Prior to the reading, a small group of students got the opportunity to meet with Jacob. In that period, she had the opportunity to connect with Montclair undergrads while covering topics such as passing and identity as well as the identity crisis faced in this novel. Most of the students who attended had read Mira’s Good Talk and enjoyed the opportunity to meet with the author.
When asked about her writing process during the Q &A, she discussed the concept of letting the characters come to you and tell you who they are. She described the feeling of a character standing over her shoulder telling her what to say and the way she viewed the writing process as a topographic map. Of the diverse projects she’s taken on, she said, “I think of it as divided into quadrants. I have just conquered this quadrant with this project. But what’s in the quadrant that’s diagonal? What’s over there? What’s the little glimmer that I see over there? That honestly just felt like oxygen. This one’s just really fun to write. It’s not about me. It’s not about my husband. It’s not about my boss. But it also feels like bloodletting. And it feels really exciting to be able to give that direction to do that.”

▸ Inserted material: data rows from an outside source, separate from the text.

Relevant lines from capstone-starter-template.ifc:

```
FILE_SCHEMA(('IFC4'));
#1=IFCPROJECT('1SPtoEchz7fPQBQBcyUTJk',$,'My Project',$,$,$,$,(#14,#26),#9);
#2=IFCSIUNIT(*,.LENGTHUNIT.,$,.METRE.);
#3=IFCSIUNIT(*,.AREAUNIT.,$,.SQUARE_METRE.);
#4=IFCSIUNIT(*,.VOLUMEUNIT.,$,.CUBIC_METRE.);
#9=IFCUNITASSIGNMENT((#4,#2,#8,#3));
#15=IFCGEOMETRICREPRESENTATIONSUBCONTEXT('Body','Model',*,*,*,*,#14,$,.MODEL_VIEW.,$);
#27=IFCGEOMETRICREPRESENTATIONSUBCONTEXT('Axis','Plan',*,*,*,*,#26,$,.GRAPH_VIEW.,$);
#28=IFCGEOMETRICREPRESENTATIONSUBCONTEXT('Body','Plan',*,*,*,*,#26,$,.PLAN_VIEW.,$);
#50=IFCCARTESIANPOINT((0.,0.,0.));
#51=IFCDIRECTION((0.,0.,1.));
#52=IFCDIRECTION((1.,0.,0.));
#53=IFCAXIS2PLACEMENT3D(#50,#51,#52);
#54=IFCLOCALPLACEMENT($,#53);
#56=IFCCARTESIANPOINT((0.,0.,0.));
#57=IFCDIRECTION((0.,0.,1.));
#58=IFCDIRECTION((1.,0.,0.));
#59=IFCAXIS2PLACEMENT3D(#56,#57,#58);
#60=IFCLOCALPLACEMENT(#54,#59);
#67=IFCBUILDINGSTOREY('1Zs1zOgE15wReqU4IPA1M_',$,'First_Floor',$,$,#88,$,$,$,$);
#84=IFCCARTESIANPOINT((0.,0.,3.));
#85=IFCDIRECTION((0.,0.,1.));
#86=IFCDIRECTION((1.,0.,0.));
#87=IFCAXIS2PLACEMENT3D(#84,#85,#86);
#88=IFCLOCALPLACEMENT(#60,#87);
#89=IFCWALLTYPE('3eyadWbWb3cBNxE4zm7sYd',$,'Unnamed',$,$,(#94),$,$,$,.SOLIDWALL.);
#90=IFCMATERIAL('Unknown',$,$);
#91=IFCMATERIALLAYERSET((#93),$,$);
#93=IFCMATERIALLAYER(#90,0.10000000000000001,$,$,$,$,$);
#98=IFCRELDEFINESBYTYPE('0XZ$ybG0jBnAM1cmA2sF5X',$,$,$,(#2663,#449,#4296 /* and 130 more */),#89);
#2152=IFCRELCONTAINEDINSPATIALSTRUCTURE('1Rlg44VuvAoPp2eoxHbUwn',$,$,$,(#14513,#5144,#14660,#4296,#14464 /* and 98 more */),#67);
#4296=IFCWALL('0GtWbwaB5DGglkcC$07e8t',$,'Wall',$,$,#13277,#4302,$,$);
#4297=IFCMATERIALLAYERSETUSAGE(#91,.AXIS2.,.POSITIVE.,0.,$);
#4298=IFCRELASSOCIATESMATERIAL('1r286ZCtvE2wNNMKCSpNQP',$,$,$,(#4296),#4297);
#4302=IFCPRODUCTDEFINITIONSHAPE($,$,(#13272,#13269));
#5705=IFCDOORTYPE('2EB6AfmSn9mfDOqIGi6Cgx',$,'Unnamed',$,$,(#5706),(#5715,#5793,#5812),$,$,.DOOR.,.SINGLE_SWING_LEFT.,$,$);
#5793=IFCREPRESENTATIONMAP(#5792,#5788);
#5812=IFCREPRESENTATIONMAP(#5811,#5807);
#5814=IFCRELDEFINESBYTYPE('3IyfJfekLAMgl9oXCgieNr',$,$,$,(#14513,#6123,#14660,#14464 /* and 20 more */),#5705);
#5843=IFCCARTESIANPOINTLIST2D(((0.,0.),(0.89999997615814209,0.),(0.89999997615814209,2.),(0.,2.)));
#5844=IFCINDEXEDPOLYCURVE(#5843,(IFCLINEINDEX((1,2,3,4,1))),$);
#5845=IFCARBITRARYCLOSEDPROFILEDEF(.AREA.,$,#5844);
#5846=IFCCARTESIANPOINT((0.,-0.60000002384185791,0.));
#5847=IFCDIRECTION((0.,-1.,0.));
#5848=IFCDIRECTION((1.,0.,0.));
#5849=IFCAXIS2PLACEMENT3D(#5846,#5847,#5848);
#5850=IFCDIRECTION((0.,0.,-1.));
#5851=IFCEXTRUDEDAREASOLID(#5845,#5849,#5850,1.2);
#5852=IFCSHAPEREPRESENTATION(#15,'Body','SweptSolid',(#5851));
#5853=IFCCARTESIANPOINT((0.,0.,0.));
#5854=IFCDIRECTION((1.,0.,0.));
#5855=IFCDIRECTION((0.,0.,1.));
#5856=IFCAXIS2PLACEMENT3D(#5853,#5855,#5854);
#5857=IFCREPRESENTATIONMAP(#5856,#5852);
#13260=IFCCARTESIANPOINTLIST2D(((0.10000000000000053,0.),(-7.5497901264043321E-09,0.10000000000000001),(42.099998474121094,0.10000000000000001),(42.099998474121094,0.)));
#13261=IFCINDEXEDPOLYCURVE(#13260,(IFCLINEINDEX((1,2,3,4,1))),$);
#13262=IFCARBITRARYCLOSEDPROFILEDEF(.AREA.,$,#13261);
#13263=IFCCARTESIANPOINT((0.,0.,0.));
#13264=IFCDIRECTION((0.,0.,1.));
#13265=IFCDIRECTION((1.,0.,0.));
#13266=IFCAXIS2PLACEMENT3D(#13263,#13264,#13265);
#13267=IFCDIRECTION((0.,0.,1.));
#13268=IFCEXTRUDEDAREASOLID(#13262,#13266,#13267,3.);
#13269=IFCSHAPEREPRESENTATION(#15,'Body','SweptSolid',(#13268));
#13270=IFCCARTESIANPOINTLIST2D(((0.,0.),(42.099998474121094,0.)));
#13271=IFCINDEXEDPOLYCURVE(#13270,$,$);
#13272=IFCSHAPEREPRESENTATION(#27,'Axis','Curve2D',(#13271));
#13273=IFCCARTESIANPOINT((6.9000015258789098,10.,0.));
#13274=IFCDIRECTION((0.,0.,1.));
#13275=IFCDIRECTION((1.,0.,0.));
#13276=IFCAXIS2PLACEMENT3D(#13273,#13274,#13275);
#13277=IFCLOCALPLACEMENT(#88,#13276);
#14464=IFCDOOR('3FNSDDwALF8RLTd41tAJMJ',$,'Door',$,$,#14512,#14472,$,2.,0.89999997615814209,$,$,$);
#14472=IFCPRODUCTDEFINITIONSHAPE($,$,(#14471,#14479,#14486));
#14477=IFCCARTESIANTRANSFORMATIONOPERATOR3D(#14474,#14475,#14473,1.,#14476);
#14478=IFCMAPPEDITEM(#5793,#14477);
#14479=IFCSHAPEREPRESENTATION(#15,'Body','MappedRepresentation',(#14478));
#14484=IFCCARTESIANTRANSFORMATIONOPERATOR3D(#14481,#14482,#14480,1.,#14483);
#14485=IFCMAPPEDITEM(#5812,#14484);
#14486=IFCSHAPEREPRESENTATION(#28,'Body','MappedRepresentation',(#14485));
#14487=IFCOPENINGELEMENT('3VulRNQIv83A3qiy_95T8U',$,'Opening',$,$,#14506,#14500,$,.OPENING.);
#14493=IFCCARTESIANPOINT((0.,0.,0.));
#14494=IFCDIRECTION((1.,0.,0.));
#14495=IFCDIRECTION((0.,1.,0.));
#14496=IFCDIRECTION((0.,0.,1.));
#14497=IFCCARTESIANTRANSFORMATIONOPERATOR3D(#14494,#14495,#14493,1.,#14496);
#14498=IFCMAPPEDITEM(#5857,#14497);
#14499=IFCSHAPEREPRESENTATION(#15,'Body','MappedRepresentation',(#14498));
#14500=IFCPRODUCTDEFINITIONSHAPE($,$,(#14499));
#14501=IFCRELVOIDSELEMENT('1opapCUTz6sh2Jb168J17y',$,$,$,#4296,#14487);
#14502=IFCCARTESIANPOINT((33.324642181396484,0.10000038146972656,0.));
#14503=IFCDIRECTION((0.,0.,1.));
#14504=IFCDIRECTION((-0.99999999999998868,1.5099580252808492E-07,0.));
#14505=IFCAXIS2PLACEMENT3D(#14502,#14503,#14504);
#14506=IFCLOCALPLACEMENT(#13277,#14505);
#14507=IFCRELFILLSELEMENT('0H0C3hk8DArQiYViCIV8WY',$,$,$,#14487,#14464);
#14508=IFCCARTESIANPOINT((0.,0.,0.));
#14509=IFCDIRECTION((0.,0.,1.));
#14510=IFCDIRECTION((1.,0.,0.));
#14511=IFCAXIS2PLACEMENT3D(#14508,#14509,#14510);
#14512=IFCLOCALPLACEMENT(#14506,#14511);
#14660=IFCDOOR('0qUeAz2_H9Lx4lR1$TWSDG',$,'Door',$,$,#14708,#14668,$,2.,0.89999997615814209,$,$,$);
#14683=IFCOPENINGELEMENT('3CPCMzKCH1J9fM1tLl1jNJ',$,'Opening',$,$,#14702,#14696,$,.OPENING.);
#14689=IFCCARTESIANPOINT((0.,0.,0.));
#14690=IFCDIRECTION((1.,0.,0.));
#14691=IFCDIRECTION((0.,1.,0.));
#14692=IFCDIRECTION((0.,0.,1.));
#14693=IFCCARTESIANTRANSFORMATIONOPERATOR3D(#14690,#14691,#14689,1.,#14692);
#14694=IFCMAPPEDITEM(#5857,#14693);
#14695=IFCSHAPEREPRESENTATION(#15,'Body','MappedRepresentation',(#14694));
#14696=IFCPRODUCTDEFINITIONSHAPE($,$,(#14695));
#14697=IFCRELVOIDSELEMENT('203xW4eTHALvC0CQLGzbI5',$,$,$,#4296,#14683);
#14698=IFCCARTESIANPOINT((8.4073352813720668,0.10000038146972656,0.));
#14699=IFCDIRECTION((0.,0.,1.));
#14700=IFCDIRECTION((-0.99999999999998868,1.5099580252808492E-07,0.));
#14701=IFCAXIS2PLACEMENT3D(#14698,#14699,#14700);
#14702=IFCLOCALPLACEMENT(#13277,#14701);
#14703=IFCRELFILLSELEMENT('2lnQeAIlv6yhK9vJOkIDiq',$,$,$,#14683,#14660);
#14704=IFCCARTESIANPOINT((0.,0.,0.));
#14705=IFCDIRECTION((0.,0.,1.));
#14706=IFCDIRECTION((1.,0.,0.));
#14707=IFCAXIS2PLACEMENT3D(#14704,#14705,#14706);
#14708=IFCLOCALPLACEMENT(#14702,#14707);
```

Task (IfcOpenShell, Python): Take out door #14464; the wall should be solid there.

```python
import ifcopenshell
import ifcopenshell.api.feature
import ifcopenshell.api.root
import ifcopenshell.geom
import ifcopenshell.util.shape

model = ifcopenshell.open("capstone-starter-template.ifc")
settings = ifcopenshell.geom.settings()


def volume(element):
    """Net volume in cubic metres, openings subtracted."""
    shape = ifcopenshell.geom.create_shape(settings, element)
    return ifcopenshell.util.shape.get_volume(shape.geometry)


door = model.by_id(14464)
opening = door.FillsVoids[0].RelatingOpeningElement
wall = opening.VoidsElements[0].RelatingBuildingElement
before = volume(wall)

ifcopenshell.api.root.remove_product(model, product=door)
ifcopenshell.api.feature.remove_feature(model, feature=opening)

after = volume(wall)

print(f"wall volume {before:.3f} -> {after:.3f} m3")

model.write("capstone-starter-template_rev.ifc")
```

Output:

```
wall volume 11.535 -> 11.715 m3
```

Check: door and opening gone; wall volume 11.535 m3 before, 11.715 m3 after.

One attendee of the reading was Professor and Chair of the English Department, Dr.Jeremy Lopez, who wrote that “Mira Jacob’s reading – an event made possible by the generosity of a Montclair State Department of English alumna donor – was a true delight and, with an attendance of nearly 50 students, faculty, university administrators, and members of the public, the Department’s most successful event of the year. Students really took advantage of the opportunity to speak with Mira in this informal setting, and got a vivid sense of the nature of [the] writerly process and of how a contemporary novelist sees the relation between her work and the world. Montclair State’s proximity to New York means that we have potential access to a wide variety of working literary artists (earlier this year we hosted writer and musician Howard Fishman), and I think that having authors like Mira come speak to students creates a strong sense of community; it reminds us of how full of vitality and passion are the acts of reading and writing–the twin pillars of the study of literature. We very much hope that Mira’s talk is only the first in an ongoing series of distinguished-author visits and we are, once again, so grateful to the alumna donor for making it possible.”
The English Department also wants to thank the CHSS Administrative Team, especially Justine Soto-Rodriguez, for helping to set up the event and make it a success.